Осталось главное различие: греческий царь был ведом только разумом, Ашока – верой, которую он не переставал распространять, пропагандируя Закон. Подобные устремления были чужды эллинистическим властителям. В то же время Ашоку вдохновляли неземные идеалы. «Достичь неба – что может быть важнее!» – восклицает он. Однако временами его мучили угрызения совести, например после завоевания Калинги, за которым последовала резня. Это чувство трудно представить себе у властителей Средиземноморья той эпохи.
В «Надписях Ашоки» содержатся также сведения о дипломатических отношениях с эллинистическими царями [27]* – Антиохом II, Птолемеем II, Магасом Киренским и Александром (Эпирским?). Они свидетельствуют о некотором знании западного мира, называемого «йона» (ионийским) – слово, обозначающее и иранцев и эллинов. Ашок знал, что там нет брахманов. Он отмечал распространение буддизма среди греков – речь, конечно, идет о колонистах на восточных окраинах эллинистического мира.
Довольно загадочное указание на посольства Ашоки теперь может быть разгадано благодаря открытию в 1958 и 1964 гг. двух греческих надписей в Афганистане около Кандагара, на месте Александрии Арахосийской. Первая из них – двуязычная, на греческом и арамейском языках. Она свидетельствует о пылком прозелитизме царя, озабоченного распространением веры до самых границ Империи, среди греков и иранцев – среди последних арамейский был языком культурного общения. «Царь,– сказано, в частности, в первой надписи, – воздерживается от употребления животной пищи, так же как и другие люди, и все охотники и рыбаки царя перестали грешить. И все те, кто был невоздержан, перестали быть невоздержанными по мере своих возможностей. И стали они послушны отцу, и матери, и старым людям в противоположность тому, что было раньше». Оба текста несколько отличаются друг от друга, заметны усилия сделать откровение доступным для каждого народа, чтобы дхарма была более понятной. Так, греки в формуле, призывающей к <208> воздержанию от употребления в пищу мяса животных, выражающей основной принцип буддизма, могли узнать предписания пифагореизма. Этим текстом открывается новая захватывающая страница в истории воздействия восточных культов на греков диаспоры.

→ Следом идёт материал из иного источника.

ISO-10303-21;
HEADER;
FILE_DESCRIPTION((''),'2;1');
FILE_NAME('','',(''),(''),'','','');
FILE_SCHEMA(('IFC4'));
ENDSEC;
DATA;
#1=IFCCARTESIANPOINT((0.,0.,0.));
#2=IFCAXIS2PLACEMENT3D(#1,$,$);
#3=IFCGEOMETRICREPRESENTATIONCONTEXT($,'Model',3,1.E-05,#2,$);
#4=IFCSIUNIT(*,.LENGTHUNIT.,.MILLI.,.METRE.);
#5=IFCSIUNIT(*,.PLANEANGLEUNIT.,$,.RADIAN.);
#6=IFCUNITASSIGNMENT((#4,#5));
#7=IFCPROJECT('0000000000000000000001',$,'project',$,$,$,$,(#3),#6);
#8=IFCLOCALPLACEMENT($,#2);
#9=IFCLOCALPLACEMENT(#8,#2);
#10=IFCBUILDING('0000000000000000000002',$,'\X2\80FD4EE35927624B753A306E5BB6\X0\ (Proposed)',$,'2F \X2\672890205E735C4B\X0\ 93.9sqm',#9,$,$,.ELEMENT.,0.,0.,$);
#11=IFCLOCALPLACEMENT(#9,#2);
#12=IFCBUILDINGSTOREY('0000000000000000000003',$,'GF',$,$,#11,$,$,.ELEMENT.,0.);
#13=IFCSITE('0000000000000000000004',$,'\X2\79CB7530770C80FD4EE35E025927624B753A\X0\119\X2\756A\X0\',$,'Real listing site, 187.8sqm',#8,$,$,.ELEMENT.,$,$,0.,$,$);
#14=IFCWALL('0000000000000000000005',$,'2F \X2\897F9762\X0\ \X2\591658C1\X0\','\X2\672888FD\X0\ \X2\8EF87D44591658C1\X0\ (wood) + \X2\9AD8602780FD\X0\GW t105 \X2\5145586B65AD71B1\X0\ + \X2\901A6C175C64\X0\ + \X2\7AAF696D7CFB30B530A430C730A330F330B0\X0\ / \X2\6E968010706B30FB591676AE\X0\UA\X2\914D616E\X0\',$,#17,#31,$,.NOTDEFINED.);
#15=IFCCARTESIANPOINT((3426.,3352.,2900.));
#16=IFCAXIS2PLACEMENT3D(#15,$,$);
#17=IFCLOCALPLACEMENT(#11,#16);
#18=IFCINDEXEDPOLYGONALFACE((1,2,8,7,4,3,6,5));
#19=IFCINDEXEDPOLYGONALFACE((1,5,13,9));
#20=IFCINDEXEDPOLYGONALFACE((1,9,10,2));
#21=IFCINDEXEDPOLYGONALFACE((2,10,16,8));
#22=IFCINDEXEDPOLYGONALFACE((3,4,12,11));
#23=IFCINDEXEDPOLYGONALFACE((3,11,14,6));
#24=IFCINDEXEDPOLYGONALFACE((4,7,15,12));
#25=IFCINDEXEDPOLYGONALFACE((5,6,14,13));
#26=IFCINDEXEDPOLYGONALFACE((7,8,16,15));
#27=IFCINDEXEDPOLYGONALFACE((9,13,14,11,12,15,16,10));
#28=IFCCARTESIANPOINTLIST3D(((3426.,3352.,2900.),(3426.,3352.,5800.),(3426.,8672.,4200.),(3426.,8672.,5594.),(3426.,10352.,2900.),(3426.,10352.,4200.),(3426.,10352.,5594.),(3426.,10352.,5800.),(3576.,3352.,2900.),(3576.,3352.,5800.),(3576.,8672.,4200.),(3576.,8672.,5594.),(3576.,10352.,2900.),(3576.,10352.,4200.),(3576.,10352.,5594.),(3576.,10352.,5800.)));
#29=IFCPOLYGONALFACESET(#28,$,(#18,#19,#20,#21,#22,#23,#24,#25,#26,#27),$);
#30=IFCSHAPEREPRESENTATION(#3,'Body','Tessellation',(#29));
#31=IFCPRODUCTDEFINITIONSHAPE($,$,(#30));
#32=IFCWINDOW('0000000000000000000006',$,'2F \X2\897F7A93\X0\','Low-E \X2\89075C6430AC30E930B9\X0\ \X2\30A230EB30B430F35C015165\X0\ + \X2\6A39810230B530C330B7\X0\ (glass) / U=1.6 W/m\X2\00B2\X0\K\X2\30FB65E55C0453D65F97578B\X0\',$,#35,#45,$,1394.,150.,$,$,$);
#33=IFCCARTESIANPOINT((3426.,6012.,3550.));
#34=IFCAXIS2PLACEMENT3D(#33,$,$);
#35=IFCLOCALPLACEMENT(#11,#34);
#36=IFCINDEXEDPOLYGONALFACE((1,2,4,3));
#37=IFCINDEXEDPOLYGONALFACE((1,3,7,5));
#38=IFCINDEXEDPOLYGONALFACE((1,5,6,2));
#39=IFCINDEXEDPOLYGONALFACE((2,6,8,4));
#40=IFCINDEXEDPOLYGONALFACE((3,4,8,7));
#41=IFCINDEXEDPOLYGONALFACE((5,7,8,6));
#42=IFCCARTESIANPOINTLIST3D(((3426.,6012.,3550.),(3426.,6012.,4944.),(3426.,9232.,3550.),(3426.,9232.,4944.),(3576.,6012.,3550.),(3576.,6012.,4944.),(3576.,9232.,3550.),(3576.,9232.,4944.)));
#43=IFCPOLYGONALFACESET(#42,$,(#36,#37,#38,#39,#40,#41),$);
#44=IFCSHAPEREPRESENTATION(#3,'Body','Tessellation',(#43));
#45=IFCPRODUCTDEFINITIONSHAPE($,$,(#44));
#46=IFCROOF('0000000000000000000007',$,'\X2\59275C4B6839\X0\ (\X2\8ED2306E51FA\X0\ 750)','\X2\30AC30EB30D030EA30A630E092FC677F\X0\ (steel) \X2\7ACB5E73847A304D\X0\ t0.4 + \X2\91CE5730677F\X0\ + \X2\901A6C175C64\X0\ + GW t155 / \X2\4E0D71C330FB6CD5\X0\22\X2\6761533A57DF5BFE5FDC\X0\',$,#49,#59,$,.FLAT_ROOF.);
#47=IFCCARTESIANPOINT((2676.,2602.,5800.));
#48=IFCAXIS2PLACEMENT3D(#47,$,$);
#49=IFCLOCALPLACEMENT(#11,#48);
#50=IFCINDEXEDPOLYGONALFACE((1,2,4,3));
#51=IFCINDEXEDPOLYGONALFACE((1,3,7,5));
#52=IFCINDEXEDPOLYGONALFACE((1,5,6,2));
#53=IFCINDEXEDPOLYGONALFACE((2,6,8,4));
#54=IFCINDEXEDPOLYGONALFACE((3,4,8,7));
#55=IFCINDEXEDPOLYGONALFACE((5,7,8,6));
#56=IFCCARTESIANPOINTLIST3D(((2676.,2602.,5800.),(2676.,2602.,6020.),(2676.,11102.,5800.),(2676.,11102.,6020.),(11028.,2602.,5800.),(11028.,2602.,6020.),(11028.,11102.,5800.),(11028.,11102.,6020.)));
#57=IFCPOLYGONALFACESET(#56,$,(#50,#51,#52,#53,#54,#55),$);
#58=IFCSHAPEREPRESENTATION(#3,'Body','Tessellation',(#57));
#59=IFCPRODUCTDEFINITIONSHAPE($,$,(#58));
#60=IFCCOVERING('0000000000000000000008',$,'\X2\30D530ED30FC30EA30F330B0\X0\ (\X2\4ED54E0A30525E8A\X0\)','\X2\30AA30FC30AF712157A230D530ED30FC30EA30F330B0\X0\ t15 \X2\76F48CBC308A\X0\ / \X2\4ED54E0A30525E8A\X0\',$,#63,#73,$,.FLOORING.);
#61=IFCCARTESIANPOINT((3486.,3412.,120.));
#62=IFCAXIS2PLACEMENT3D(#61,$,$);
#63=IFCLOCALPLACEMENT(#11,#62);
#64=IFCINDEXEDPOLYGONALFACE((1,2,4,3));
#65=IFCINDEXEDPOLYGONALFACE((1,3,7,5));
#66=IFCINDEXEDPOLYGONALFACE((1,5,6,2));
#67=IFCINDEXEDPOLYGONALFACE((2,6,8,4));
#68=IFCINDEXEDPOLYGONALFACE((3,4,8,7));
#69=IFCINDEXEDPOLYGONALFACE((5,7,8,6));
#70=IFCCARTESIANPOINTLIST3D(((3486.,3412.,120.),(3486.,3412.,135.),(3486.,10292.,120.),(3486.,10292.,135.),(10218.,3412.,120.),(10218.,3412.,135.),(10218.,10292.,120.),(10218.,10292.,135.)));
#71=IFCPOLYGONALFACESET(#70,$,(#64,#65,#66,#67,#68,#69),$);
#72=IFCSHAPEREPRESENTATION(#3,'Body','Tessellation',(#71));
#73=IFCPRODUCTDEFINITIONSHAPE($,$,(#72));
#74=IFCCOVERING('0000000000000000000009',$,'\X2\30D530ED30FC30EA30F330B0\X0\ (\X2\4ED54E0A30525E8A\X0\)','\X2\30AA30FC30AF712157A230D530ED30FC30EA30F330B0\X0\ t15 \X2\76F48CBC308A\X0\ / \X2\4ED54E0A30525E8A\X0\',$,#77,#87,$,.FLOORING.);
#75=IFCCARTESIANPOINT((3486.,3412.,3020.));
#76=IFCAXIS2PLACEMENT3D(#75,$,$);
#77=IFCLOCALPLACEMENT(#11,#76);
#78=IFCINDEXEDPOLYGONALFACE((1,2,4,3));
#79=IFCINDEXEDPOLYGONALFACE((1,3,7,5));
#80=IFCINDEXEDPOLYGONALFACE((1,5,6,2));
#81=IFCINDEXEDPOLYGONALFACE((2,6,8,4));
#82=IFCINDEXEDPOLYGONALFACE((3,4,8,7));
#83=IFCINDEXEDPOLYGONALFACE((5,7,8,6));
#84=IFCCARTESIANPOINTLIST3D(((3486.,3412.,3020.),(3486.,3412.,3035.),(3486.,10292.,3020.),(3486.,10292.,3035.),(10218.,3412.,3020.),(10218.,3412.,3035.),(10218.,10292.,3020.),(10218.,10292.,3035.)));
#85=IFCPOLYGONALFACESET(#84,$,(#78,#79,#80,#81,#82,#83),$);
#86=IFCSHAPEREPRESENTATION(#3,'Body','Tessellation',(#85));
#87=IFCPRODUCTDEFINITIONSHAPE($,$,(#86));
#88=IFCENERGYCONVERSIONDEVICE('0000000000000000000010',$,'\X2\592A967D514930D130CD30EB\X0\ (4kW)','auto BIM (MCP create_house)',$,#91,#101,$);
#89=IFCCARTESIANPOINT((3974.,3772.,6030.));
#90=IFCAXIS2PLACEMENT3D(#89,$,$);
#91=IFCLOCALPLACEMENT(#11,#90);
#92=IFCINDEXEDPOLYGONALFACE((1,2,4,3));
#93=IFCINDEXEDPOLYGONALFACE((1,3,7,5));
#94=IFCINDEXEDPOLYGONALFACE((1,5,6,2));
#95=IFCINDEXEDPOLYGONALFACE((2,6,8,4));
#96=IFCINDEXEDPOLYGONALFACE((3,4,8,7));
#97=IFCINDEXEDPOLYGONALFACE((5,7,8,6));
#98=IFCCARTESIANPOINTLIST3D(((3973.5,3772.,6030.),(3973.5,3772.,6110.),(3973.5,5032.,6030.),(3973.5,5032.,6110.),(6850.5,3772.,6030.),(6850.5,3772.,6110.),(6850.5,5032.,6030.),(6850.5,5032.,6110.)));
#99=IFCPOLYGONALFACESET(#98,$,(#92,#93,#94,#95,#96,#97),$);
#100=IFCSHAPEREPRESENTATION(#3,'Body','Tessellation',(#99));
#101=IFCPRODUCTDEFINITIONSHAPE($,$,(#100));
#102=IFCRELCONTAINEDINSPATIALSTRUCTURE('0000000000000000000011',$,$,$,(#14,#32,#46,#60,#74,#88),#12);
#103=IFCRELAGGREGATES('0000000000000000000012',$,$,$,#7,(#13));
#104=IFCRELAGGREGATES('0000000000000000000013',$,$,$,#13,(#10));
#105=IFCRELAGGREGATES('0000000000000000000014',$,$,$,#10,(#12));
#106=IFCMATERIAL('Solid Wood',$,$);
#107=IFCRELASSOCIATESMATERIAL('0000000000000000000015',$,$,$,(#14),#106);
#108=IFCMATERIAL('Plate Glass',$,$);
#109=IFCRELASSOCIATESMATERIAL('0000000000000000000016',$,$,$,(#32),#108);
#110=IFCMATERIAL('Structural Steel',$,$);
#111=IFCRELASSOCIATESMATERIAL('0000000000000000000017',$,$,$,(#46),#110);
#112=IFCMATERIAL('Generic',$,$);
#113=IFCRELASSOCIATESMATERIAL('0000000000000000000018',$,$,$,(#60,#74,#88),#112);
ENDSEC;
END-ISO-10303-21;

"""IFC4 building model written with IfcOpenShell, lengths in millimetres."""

from ifc_helpers import new_model, si_unit, frame, frame_2d, origin, place, context, project, spatial, rectangle, extrude, material, element, fill, save


model = new_model("IFC4")

# Units and contexts
model_context = context("Model", 3, precision=1e-05, world=origin())
ifc_project = project(units=[si_unit("LENGTHUNIT", "METRE", prefix="MILLI"), si_unit("PLANEANGLEUNIT", "RADIAN")], contexts=[model_context])

# Site, building, storey
site_placement = place(None, origin())
site = spatial("IfcSite", under=ifc_project, at=site_placement, Name="秋田県能代市大手町119番", ObjectType="Real listing site, 187.8sqm", CompositionType="ELEMENT", RefElevation=0.0)
building_placement = place(site_placement, origin())
building = spatial("IfcBuilding", under=site, at=building_placement, Name="能代大手町の家 (Proposed)", ObjectType="2F 木造平屋 93.9sqm", CompositionType="ELEMENT", ElevationOfRefHeight=0.0, ElevationOfTerrain=0.0)
storey_placement = place(building_placement, origin())
storey = spatial("IfcBuildingStorey", under=building, at=storey_placement, Name="GF", CompositionType="ELEMENT", Elevation=0.0)

# Shared definitions
ifc_material_1 = material(Name="Solid Wood")

# Shared definitions
ifc_material_2 = material(Name="Plate Glass")

# Wall, opening, window
wall_1_placement = place(storey_placement, frame((3426.0, 3352.0, 2900.0)))
wall_1 = element("IfcWall", 1, at=wall_1_placement, inside=storey, material=ifc_material_1, Name="2F 西面 外壁", Description="木製 軸組外壁 (wood) + 高性能GW t105 充填断熱 + 通気層 + 窯業系サイディング / 準耐火・外皮UA配慮", PredefinedType="NOTDEFINED", context=model_context, shape_type="SweptSolid", body=[
    extrude(rectangle(XDim=150.0, YDim=7000.0, at=frame_2d((75.0, 3500.0))), frame((3426.0, 3352.0, 2900.0)), (0.0, 0.0, 1.0), 2900.0),
])
opening_1_placement = place(storey_placement, frame((3426.0, 6012.0, 3550.0)))
opening_1 = element("IfcOpeningElement", 2, at=opening_1_placement, cuts=wall_1, PredefinedType="NOTDEFINED", context=model_context, shape_type="SweptSolid", body=[
    extrude(rectangle(XDim=150.0, YDim=3220.0, at=frame_2d((75.0, 1610.0))), frame((3426.0, 6012.0, 3550.0)), (0.0, 0.0, 1.0), 1394.0),
])
window_1_placement = place(storey_placement, frame((3426.0, 6012.0, 3550.0)))
window_1 = element("IfcWindow", 3, at=window_1_placement, inside=storey, material=ifc_material_2, Name="2F 西窓", Description="Low-E 複層ガラス アルゴン封入 + 樹脂サッシ (glass) / U=1.6 W/m²K・日射取得型", OverallHeight=1394.0, OverallWidth=150.0, context=model_context, shape_type="SweptSolid", body=[
    extrude(rectangle(XDim=150.0, YDim=3220.0, at=frame_2d((75.0, 1610.0))), frame((3426.0, 6012.0, 3550.0)), (0.0, 0.0, 1.0), 1394.0),
])
fill(opening_1, window_1)

# Roof
ifc_material_3 = material(Name="Structural Steel")
roof_placement = place(storey_placement, frame((2676.0, 2602.0, 5800.0)))
element("IfcRoof", 4, at=roof_placement, inside=storey, material=ifc_material_3, Name="大屋根 (軒の出 750)", Description="ガルバリウム鋼板 (steel) 立平葺き t0.4 + 野地板 + 通気層 + GW t155 / 不燃・法22条区域対応", PredefinedType="FLAT_ROOF", context=model_context, shape_type="SweptSolid", body=[
    extrude(rectangle(XDim=8352.0, YDim=8500.0, at=frame_2d((4176.0, 4250.0))), frame((2676.0, 2602.0, 5800.0)), (0.0, 0.0, 1.0), 220.0),
])

# Coverings
ifc_material_4 = material(Name="Generic")
covering_1_placement = place(storey_placement, frame((3486.0, 3412.0, 120.0)))
element("IfcCovering", 5, at=covering_1_placement, inside=storey, material=ifc_material_4, Name="フローリング (仕上げ床)", Description="オーク無垢フローリング t15 直貼り / 仕上げ床", PredefinedType="FLOORING", context=model_context, shape_type="SweptSolid", body=[
    extrude(rectangle(XDim=6732.0, YDim=6880.0, at=frame_2d((3366.0, 3440.0))), frame((3486.0, 3412.0, 120.0)), (0.0, 0.0, 1.0), 15.0),
])
covering_2_placement = place(storey_placement, frame((3486.0, 3412.0, 3020.0)))
element("IfcCovering", 6, at=covering_2_placement, inside=storey, material=ifc_material_4, Name="フローリング (仕上げ床)", Description="オーク無垢フローリング t15 直貼り / 仕上げ床", PredefinedType="FLOORING", context=model_context, shape_type="SweptSolid", body=[
    extrude(rectangle(XDim=6732.0, YDim=6880.0, at=frame_2d((3366.0, 3440.0))), frame((3486.0, 3412.0, 3020.0)), (0.0, 0.0, 1.0), 15.0),
])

Вторая надпись была вырезана на степе здания, а не на скале, как первая. Этот фрагмент перевода двенадцатого эдикта Ашоки о сектах проповедует милосердие и скромность в отношениях с другими религиозными течениями. Но и здесь есть некоторая замена смысла: индийское слово, обозначающее секты (в смысле религиозных группировок), передано на греческом языке словом «диатриба» (философская школа). Греческие философы Арахосии адаптировали послание Ашоки для греческой аудитории, перевели его и, очевидно, объяснили, когда участвовали в посольствах к средиземноморским монархам, посланных их царем. «Обе греческие надписи Кандагара, – отмечал Л. Робер, – проливают свет на эти знаменитые посольства. Теперь их нельзя рассматривать только как из ряда вон выходящую деталь, а также напрасную и экзотическую демонстрацию экзотического монарха. Эти надписи – связь между Индией и философами дворов Пеллы, Кирены и др., это посредничество, способ рассказывать, спорить, понимать». Целый интеллектуальный мир открывается перед нами в этой далекой колонии, подчиненной Ашоке. Целый мир со своими философами и камнерезами (верными проводниками эллинизма – цивилизации надписей на камнях) и, конечно, со своими художниками, музыкантами, артистами.
Греко-бактрийские а греко-индийские царства
События большой важности, происходившие во время правления Ашоки, будоражили самые восточные сатрапии империи Селевкидов – Бактриану и Согдиану. Территория Бактрианы представляла собой равнину, раскинувшуюся между Гиндукушем и Оксом (совр. Амударья), ее столица – Бактры, а между Оксом и Яксартом (совр. Сырдарья), на берегах которого Александр основал Александрию Эсхату (совр. Ленинабад), расположена Согдиана с прекрасным оазисом Марканда (Самарканд). Земли обеих областей отличались удивительным плодородием, правда при условии искусственного орошения. Кроме <209> того, Бактры являлся одним из крупных узлов торговых путей в Азии. Пути, идущие из Индии и Китая, сливались здесь и вели дальше через Внутреннюю Азию к Средиземноморскому побережью.
27
Селевк I заключил союз с Чандрагуптой и отправил к нему своего посла Мегасфена, который привез из Индии колоритный рассказ (от него осталось несколько фрагментов). Плиний Старший (6, 58) говорит о посольстве, отправленном Птолемеем Филадельфом к некоему индийскому властителю, очевидно к отцу Ашоки– Виндусаре.